- Born: 16 June 1961 (age 65) Gdynia, Poland
- Known for: Painting
- Movement: Art brut
- Awards: Award of the President of Gdynia (2026)
- Website: Official website

= Mirosław Śledź =

Polish painter

Mirosław Śledź (born 16 June 1961) is a Polish painter based in Gdynia, Poland best known for his Cubism-inspired style he coined as “quadrism”.

== Life ==
Mirosław Śledź was born in the Polish city of Gdynia during the period of the Polish People's Republic.

He began painting at the age of 30 in 1991.

Śledź worked in a clothing factory producing army uniforms where he fell in love with a coworker who did not reciprocate his feelings. Using his despondent emotions, Śledź began to paint two to three paintings a day. Seeking training and a community, he became a member of the Gdynia Art Lovers’ Club.

Śledź is partially deaf.

In 2026, Śledź received the Award of the President of Gdynia for his contribution to the cultural heritage of the city.

== Style ==
Śledź's main medium is oil painting.

Inspired by Picasso and Cubism, Śledź began painting only using squares and cubic geometric patterns in a style he called “quadrism”. By 1993, he was exhibiting his work at the Gdynia Art Lovers’ Club. In 1994, he held a solo exhibition at the Art et Marges Museum in Brussels where he broke the gallery's sales record by selling seven works. The Brussels exhibition firmly classified him as part of the art brut movement.

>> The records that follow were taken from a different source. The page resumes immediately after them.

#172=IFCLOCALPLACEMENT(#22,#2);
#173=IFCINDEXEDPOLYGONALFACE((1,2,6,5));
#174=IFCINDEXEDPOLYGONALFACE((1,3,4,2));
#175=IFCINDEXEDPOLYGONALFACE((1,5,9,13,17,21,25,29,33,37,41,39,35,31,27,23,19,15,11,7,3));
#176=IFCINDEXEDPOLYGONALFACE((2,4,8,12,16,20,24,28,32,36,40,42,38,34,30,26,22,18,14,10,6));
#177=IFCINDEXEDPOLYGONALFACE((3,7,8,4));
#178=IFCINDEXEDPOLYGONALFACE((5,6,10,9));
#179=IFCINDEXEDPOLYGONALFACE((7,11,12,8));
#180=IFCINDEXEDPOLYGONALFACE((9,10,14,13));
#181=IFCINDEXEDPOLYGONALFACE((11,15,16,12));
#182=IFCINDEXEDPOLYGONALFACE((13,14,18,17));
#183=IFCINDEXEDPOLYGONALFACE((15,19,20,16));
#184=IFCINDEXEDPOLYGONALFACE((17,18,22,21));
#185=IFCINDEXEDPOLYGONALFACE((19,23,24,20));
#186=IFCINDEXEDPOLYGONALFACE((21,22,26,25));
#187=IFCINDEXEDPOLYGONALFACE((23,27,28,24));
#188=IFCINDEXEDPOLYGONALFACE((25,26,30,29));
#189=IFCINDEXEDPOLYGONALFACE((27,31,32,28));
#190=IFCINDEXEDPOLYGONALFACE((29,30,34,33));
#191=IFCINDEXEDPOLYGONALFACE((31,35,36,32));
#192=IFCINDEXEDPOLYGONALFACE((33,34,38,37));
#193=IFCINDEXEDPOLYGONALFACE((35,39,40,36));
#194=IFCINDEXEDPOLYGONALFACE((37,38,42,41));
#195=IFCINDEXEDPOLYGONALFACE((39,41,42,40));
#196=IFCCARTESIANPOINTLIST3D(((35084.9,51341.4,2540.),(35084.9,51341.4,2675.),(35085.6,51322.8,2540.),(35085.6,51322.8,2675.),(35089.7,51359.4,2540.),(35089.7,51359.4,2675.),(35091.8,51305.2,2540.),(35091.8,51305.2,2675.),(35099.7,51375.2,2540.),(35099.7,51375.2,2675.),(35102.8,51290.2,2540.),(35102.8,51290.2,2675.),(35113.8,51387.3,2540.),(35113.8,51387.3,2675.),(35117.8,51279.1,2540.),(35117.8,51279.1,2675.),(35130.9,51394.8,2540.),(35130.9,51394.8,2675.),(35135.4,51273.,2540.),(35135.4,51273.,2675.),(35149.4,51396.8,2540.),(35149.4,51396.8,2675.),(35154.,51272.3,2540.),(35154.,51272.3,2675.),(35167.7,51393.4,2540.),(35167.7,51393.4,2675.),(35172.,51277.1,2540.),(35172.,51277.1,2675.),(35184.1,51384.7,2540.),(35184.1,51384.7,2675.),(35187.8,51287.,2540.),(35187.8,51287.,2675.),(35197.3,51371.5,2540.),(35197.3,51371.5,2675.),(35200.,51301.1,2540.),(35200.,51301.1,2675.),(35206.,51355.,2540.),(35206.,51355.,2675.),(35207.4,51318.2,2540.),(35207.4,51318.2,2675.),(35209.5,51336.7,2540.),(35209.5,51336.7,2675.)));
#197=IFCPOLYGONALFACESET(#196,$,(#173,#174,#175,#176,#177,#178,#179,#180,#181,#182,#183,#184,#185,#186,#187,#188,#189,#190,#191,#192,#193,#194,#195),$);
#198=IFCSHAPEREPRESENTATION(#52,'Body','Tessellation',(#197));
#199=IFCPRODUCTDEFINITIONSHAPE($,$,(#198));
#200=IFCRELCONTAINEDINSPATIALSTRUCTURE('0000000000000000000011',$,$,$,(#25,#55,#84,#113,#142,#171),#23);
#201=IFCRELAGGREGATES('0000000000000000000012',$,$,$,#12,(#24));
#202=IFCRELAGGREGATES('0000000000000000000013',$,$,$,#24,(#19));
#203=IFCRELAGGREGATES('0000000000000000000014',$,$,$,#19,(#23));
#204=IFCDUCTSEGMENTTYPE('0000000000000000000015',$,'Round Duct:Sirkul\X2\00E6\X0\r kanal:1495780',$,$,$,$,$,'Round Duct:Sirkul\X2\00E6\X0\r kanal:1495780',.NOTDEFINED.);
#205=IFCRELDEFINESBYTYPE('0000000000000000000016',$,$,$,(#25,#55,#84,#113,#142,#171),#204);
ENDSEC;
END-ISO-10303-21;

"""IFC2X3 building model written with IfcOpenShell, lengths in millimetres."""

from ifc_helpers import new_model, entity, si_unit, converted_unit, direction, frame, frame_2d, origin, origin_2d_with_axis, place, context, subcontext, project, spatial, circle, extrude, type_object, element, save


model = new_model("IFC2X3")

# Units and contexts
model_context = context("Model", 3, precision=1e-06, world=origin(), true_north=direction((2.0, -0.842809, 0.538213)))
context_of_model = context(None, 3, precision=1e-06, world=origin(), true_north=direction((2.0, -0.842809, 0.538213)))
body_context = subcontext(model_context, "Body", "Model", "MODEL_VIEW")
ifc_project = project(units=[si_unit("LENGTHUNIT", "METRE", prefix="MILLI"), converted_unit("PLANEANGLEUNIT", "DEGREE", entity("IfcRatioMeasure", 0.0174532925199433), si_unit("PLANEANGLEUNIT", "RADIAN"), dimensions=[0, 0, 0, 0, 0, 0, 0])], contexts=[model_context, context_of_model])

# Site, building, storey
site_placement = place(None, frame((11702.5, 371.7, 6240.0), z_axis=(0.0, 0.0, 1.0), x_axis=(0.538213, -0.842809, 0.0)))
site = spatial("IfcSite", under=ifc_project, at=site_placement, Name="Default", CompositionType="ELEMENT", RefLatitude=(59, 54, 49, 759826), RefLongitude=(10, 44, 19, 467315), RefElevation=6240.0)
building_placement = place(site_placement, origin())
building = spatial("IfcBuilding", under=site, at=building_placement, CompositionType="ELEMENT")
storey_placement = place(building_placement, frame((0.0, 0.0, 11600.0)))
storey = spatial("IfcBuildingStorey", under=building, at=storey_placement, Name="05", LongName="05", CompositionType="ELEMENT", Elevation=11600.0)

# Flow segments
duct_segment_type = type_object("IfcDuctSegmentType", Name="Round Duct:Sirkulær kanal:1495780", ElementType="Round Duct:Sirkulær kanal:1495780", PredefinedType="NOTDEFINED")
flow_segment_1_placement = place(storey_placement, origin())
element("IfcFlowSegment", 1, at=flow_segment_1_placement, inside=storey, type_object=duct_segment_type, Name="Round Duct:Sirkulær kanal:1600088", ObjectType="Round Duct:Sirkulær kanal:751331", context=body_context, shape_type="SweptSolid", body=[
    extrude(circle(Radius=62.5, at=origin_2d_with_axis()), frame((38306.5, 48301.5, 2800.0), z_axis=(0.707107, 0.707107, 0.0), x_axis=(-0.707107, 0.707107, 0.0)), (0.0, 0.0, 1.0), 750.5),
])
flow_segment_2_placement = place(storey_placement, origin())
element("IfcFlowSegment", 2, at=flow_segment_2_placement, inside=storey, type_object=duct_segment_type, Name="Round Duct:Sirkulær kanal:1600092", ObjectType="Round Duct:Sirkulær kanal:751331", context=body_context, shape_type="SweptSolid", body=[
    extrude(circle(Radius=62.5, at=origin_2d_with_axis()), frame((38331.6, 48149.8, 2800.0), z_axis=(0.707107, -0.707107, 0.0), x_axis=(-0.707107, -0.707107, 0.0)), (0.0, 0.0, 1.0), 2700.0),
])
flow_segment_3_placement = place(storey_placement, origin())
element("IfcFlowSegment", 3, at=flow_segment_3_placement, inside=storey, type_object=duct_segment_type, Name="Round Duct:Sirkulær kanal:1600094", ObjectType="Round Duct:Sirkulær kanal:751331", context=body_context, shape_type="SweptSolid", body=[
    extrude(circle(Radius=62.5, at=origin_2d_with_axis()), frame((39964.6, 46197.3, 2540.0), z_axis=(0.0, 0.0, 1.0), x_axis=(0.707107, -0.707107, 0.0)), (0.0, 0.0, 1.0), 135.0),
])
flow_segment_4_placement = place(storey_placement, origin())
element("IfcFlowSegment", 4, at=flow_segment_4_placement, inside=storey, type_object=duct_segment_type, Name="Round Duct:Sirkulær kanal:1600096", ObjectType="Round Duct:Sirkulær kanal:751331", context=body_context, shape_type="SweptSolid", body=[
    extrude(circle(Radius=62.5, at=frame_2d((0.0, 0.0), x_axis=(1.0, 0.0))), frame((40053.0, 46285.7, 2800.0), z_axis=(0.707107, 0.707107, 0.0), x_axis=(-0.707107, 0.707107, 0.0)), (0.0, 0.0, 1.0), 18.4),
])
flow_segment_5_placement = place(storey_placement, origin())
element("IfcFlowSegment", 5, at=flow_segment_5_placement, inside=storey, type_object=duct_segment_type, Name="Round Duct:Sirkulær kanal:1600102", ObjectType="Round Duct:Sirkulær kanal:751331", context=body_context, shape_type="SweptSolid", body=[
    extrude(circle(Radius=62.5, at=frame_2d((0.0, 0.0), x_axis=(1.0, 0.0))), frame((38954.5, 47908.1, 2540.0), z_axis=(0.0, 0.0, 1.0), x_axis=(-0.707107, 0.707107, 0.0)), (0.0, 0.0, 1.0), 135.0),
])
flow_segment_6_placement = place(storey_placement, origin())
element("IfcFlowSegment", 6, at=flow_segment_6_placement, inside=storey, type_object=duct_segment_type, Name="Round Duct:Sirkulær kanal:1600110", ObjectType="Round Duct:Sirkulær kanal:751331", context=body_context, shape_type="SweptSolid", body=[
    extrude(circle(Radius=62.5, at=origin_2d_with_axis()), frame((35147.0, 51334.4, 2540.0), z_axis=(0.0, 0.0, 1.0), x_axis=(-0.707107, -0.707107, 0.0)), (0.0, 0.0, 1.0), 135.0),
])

After the exhibitions, Śledź became weary of quadrism and began to incorporate metaphysical painting and numerology into his works while retaining his emblematic geometric simplicity. Each new painting incorporates a pattern of three-dimensional letters featured on both the front and back. Each work is numbered sequentially.

Słedź claims to force himself to paint at least one new piece a day, calling it an addiction. As a result of this throughput, his work ranges in theme from the aftermath of World War II in Poland to the daily and mundane. Słedź is likened to Nikifor for his naïve style and large oeuvre.

Słedź has participated in over 200 exhibitions including in Brussels, Kyoto, Yokohama, Biarritz, Bordeaux, Chicago, Munich, Venice, Liège, Cologne, Kraków, and Druskininkai, but is most often exhibited in his home region of the Tricity.